§ **Task description**: Among the entries below, only the lines starting at the one with "#175=IFCINDEXEDPOLYGONALFACE((1,2,4,3));" and ending at the one with "#212=IFCINDEXEDPOLYGONALFACE((1,3,7,5));", both included, are to be printed exactly.

========

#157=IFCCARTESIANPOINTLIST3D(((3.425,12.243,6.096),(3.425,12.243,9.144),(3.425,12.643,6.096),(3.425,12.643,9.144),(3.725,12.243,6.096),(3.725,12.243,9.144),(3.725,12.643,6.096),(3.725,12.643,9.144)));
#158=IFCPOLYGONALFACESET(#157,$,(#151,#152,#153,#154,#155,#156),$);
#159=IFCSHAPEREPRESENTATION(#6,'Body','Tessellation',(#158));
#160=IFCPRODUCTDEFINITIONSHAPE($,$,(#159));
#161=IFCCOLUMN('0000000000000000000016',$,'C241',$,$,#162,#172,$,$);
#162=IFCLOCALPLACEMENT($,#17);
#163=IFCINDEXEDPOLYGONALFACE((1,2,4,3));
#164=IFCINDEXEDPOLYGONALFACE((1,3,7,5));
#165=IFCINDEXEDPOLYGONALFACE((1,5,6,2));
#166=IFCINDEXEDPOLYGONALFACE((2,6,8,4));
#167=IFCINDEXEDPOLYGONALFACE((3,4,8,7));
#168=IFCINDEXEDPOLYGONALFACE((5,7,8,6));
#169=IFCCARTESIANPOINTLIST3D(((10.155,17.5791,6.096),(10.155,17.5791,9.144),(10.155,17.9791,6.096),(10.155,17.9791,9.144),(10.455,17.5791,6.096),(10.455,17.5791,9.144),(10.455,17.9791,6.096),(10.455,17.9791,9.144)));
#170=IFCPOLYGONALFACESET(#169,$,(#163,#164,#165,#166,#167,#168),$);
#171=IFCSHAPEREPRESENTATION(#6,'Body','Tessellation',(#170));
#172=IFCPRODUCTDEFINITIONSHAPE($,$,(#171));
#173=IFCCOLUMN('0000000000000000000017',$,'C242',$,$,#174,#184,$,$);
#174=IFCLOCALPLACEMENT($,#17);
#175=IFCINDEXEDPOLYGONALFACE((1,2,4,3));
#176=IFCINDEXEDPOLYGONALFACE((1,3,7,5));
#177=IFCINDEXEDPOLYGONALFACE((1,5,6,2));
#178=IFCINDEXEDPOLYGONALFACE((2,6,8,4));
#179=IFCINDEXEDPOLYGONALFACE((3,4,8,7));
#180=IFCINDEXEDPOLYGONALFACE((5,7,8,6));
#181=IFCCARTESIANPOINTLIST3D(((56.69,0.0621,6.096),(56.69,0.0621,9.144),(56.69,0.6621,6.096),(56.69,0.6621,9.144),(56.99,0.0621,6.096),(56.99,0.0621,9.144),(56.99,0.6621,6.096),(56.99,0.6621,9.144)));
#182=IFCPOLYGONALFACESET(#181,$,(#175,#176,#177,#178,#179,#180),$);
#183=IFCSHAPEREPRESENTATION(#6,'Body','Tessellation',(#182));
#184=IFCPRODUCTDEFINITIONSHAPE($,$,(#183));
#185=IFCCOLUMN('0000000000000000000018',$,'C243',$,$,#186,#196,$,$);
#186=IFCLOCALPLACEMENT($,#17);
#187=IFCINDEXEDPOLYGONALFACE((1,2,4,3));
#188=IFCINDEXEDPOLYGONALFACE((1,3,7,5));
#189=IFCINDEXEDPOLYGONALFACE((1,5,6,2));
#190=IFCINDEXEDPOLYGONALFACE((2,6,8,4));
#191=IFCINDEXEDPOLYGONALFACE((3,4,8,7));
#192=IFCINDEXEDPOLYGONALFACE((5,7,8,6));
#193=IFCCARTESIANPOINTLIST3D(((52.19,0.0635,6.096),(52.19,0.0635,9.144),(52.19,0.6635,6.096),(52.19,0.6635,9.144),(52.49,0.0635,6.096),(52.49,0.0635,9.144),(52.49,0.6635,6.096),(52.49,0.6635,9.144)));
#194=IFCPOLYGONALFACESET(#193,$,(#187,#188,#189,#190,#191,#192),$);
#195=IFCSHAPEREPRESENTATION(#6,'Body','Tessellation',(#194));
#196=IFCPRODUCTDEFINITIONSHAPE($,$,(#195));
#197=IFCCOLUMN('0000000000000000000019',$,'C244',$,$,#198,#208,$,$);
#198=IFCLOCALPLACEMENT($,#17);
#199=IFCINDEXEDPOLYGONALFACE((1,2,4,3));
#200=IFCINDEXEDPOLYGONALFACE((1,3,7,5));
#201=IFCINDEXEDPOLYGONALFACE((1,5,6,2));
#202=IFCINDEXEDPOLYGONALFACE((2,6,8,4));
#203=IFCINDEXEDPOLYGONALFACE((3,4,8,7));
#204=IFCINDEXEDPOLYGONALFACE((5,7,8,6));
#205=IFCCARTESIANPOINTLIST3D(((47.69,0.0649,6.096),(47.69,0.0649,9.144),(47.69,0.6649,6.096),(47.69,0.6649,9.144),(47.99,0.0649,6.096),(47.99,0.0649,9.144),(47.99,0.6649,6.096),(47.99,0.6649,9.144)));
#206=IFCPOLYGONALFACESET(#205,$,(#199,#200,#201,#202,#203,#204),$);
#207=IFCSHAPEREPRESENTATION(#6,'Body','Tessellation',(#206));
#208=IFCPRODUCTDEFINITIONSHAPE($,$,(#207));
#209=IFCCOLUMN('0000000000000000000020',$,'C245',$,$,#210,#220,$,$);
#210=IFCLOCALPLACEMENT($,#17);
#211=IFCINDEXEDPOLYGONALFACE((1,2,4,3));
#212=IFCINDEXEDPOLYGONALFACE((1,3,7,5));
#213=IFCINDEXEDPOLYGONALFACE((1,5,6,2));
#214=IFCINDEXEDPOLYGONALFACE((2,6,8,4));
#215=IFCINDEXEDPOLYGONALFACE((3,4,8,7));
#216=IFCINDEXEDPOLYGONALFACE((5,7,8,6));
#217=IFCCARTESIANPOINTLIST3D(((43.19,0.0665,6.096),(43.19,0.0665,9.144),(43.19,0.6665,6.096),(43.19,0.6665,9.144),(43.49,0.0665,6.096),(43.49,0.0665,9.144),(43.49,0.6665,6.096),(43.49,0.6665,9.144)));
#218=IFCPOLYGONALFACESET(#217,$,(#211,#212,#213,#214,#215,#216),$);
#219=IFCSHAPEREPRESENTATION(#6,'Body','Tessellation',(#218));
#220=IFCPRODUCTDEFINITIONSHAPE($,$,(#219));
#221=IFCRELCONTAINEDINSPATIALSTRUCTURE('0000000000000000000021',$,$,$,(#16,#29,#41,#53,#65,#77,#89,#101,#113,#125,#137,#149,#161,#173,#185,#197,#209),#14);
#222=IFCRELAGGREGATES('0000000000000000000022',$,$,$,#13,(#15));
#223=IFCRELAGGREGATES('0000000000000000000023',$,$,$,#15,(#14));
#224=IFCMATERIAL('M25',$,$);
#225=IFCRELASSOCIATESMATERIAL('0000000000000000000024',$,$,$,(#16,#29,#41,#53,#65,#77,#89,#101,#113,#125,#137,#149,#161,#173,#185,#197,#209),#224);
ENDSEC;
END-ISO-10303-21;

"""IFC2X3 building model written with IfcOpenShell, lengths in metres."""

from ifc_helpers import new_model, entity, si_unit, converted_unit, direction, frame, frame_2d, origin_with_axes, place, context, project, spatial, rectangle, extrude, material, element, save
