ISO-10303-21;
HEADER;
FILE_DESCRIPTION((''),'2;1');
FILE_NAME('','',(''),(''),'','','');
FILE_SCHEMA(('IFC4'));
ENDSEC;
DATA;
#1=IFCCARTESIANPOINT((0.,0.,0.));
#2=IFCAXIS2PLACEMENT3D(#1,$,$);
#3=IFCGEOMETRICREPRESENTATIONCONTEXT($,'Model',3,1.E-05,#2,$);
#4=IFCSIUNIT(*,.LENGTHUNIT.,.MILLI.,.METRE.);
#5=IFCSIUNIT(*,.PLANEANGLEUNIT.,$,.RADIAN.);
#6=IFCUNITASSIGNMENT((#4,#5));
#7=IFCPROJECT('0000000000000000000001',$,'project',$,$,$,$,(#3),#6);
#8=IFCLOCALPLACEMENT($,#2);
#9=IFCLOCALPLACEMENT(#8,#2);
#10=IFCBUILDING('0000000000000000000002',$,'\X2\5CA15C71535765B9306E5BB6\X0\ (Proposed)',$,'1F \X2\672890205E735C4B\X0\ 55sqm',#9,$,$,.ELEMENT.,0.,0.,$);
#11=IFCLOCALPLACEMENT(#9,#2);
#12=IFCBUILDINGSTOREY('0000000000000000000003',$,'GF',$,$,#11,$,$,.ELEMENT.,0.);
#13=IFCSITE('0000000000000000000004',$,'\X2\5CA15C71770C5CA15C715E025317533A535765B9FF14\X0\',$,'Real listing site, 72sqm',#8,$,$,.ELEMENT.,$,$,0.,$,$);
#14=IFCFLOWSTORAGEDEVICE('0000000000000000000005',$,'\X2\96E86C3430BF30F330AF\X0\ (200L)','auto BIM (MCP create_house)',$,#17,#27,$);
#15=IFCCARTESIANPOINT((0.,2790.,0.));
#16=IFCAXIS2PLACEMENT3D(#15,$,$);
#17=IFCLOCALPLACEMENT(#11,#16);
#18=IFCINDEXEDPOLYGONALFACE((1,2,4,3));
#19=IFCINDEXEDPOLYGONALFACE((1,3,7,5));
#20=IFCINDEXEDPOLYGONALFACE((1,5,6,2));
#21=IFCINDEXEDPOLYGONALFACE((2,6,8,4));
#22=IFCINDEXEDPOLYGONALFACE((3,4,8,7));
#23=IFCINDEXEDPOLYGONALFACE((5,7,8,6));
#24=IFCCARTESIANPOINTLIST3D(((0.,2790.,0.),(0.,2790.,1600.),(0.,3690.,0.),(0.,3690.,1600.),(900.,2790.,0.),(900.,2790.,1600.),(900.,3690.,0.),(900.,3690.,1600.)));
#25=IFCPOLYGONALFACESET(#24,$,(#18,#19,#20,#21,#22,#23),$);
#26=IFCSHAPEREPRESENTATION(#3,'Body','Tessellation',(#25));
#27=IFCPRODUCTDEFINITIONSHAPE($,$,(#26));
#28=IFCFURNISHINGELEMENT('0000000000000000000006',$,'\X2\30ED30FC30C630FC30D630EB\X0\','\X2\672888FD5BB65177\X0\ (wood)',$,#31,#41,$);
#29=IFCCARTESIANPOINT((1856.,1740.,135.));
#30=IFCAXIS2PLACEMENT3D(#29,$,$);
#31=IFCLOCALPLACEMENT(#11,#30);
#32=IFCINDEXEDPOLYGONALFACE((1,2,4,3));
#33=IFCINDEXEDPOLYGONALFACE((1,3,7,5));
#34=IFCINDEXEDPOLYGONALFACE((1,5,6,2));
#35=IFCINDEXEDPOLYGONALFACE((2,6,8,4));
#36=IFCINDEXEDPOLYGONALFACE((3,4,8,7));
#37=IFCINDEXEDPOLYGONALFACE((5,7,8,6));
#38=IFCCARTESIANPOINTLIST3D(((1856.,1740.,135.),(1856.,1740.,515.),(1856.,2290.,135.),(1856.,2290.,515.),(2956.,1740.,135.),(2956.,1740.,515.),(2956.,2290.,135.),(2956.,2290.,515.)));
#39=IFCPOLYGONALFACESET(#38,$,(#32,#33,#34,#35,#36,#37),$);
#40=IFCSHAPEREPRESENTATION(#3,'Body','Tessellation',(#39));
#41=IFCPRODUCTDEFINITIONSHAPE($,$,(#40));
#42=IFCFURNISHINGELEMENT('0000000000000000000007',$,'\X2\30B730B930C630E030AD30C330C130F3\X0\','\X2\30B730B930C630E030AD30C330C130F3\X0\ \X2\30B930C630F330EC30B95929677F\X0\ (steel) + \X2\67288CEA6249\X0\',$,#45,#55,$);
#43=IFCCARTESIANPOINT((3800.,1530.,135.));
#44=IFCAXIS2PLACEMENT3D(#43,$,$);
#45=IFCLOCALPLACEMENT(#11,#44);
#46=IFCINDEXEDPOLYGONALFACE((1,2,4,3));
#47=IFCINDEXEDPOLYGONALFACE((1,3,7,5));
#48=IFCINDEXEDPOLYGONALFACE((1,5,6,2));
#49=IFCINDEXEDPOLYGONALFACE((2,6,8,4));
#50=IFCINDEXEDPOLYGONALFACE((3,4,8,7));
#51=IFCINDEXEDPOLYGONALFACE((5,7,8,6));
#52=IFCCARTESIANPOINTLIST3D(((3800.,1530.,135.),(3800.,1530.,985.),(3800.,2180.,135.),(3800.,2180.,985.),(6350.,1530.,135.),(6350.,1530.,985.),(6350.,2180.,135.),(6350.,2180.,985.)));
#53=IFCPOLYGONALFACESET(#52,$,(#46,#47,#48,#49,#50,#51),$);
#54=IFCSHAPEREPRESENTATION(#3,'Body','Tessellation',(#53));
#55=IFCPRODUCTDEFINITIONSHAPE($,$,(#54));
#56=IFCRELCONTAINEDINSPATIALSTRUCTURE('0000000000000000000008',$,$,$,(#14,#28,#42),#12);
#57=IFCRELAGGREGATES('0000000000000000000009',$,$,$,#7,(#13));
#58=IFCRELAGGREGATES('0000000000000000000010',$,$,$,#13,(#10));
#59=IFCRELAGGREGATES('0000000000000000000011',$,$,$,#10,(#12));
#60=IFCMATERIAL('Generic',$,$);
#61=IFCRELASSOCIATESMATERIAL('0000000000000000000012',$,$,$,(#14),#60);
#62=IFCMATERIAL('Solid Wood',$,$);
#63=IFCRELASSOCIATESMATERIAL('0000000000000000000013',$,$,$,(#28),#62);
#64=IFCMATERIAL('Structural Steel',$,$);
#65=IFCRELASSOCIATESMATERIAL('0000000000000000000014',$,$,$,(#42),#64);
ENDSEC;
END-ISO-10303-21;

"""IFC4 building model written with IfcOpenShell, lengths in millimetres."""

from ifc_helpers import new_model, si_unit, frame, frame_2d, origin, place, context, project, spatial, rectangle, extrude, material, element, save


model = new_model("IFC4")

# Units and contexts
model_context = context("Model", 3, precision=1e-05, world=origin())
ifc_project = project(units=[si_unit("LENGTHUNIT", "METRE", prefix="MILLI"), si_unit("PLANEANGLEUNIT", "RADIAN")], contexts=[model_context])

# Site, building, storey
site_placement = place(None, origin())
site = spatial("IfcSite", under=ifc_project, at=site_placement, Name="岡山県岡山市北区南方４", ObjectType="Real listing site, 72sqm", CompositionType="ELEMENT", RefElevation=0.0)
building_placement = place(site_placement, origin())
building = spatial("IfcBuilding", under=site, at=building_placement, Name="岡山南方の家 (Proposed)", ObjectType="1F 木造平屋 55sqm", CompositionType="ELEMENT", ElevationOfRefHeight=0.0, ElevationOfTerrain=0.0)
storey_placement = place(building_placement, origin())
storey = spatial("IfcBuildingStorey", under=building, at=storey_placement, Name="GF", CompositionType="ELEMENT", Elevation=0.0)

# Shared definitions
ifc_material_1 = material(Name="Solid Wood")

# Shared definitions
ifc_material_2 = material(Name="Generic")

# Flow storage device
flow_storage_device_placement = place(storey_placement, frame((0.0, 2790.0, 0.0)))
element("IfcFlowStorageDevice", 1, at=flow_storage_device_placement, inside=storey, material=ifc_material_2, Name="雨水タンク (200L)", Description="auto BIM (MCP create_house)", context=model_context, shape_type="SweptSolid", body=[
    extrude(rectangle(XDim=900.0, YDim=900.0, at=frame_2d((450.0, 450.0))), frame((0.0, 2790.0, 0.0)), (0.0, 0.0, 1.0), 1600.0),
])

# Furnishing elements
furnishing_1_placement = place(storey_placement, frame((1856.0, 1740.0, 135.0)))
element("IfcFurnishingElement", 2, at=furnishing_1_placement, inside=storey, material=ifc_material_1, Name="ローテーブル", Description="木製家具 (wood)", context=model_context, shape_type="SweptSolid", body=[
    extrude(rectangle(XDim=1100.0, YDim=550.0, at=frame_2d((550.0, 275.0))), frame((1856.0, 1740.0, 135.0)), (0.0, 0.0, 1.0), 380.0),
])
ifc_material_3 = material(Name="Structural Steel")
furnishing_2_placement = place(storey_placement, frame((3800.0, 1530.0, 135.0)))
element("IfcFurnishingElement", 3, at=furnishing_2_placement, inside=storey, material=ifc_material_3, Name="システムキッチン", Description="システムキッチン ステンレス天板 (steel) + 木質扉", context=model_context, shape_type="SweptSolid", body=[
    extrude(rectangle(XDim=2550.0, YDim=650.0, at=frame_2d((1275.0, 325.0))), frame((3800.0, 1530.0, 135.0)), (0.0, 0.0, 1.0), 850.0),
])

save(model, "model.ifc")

========

§ **Problem solution**:
#175=IFCINDEXEDPOLYGONALFACE((1,2,4,3));
#176=IFCINDEXEDPOLYGONALFACE((1,3,7,5));
#177=IFCINDEXEDPOLYGONALFACE((1,5,6,2));
#178=IFCINDEXEDPOLYGONALFACE((2,6,8,4));
#179=IFCINDEXEDPOLYGONALFACE((3,4,8,7));
#180=IFCINDEXEDPOLYGONALFACE((5,7,8,6));
#181=IFCCARTESIANPOINTLIST3D(((56.69,0.0621,6.096),(56.69,0.0621,9.144),(56.69,0.6621,6.096),(56.69,0.6621,9.144),(56.99,0.0621,6.096),(56.99,0.0621,9.144),(56.99,0.6621,6.096),(56.99,0.6621,9.144)));
#182=IFCPOLYGONALFACESET(#181,$,(#175,#176,#177,#178,#179,#180),$);
#183=IFCSHAPEREPRESENTATION(#6,'Body','Tessellation',(#182));
#184=IFCPRODUCTDEFINITIONSHAPE($,$,(#183));
#185=IFCCOLUMN('0000000000000000000018',$,'C243',$,$,#186,#196,$,$);
#186=IFCLOCALPLACEMENT($,#17);
#187=IFCINDEXEDPOLYGONALFACE((1,2,4,3));
#188=IFCINDEXEDPOLYGONALFACE((1,3,7,5));
#189=IFCINDEXEDPOLYGONALFACE((1,5,6,2));
#190=IFCINDEXEDPOLYGONALFACE((2,6,8,4));
#191=IFCINDEXEDPOLYGONALFACE((3,4,8,7));
#192=IFCINDEXEDPOLYGONALFACE((5,7,8,6));
#193=IFCCARTESIANPOINTLIST3D(((52.19,0.0635,6.096),(52.19,0.0635,9.144),(52.19,0.6635,6.096),(52.19,0.6635,9.144),(52.49,0.0635,6.096),(52.49,0.0635,9.144),(52.49,0.6635,6.096),(52.49,0.6635,9.144)));
#194=IFCPOLYGONALFACESET(#193,$,(#187,#188,#189,#190,#191,#192),$);
#195=IFCSHAPEREPRESENTATION(#6,'Body','Tessellation',(#194));
#196=IFCPRODUCTDEFINITIONSHAPE($,$,(#195));
#197=IFCCOLUMN('0000000000000000000019',$,'C244',$,$,#198,#208,$,$);
#198=IFCLOCALPLACEMENT($,#17);
#199=IFCINDEXEDPOLYGONALFACE((1,2,4,3));
#200=IFCINDEXEDPOLYGONALFACE((1,3,7,5));
#201=IFCINDEXEDPOLYGONALFACE((1,5,6,2));
#202=IFCINDEXEDPOLYGONALFACE((2,6,8,4));
#203=IFCINDEXEDPOLYGONALFACE((3,4,8,7));
#204=IFCINDEXEDPOLYGONALFACE((5,7,8,6));
#205=IFCCARTESIANPOINTLIST3D(((47.69,0.0649,6.096),(47.69,0.0649,9.144),(47.69,0.6649,6.096),(47.69,0.6649,9.144),(47.99,0.0649,6.096),(47.99,0.0649,9.144),(47.99,0.6649,6.096),(47.99,0.6649,9.144)));
#206=IFCPOLYGONALFACESET(#205,$,(#199,#200,#201,#202,#203,#204),$);
#207=IFCSHAPEREPRESENTATION(#6,'Body','Tessellation',(#206));
#208=IFCPRODUCTDEFINITIONSHAPE($,$,(#207));
#209=IFCCOLUMN('0000000000000000000020',$,'C245',$,$,#210,#220,$,$);
#210=IFCLOCALPLACEMENT($,#17);
#211=IFCINDEXEDPOLYGONALFACE((1,2,4,3));
#212=IFCINDEXEDPOLYGONALFACE((1,3,7,5));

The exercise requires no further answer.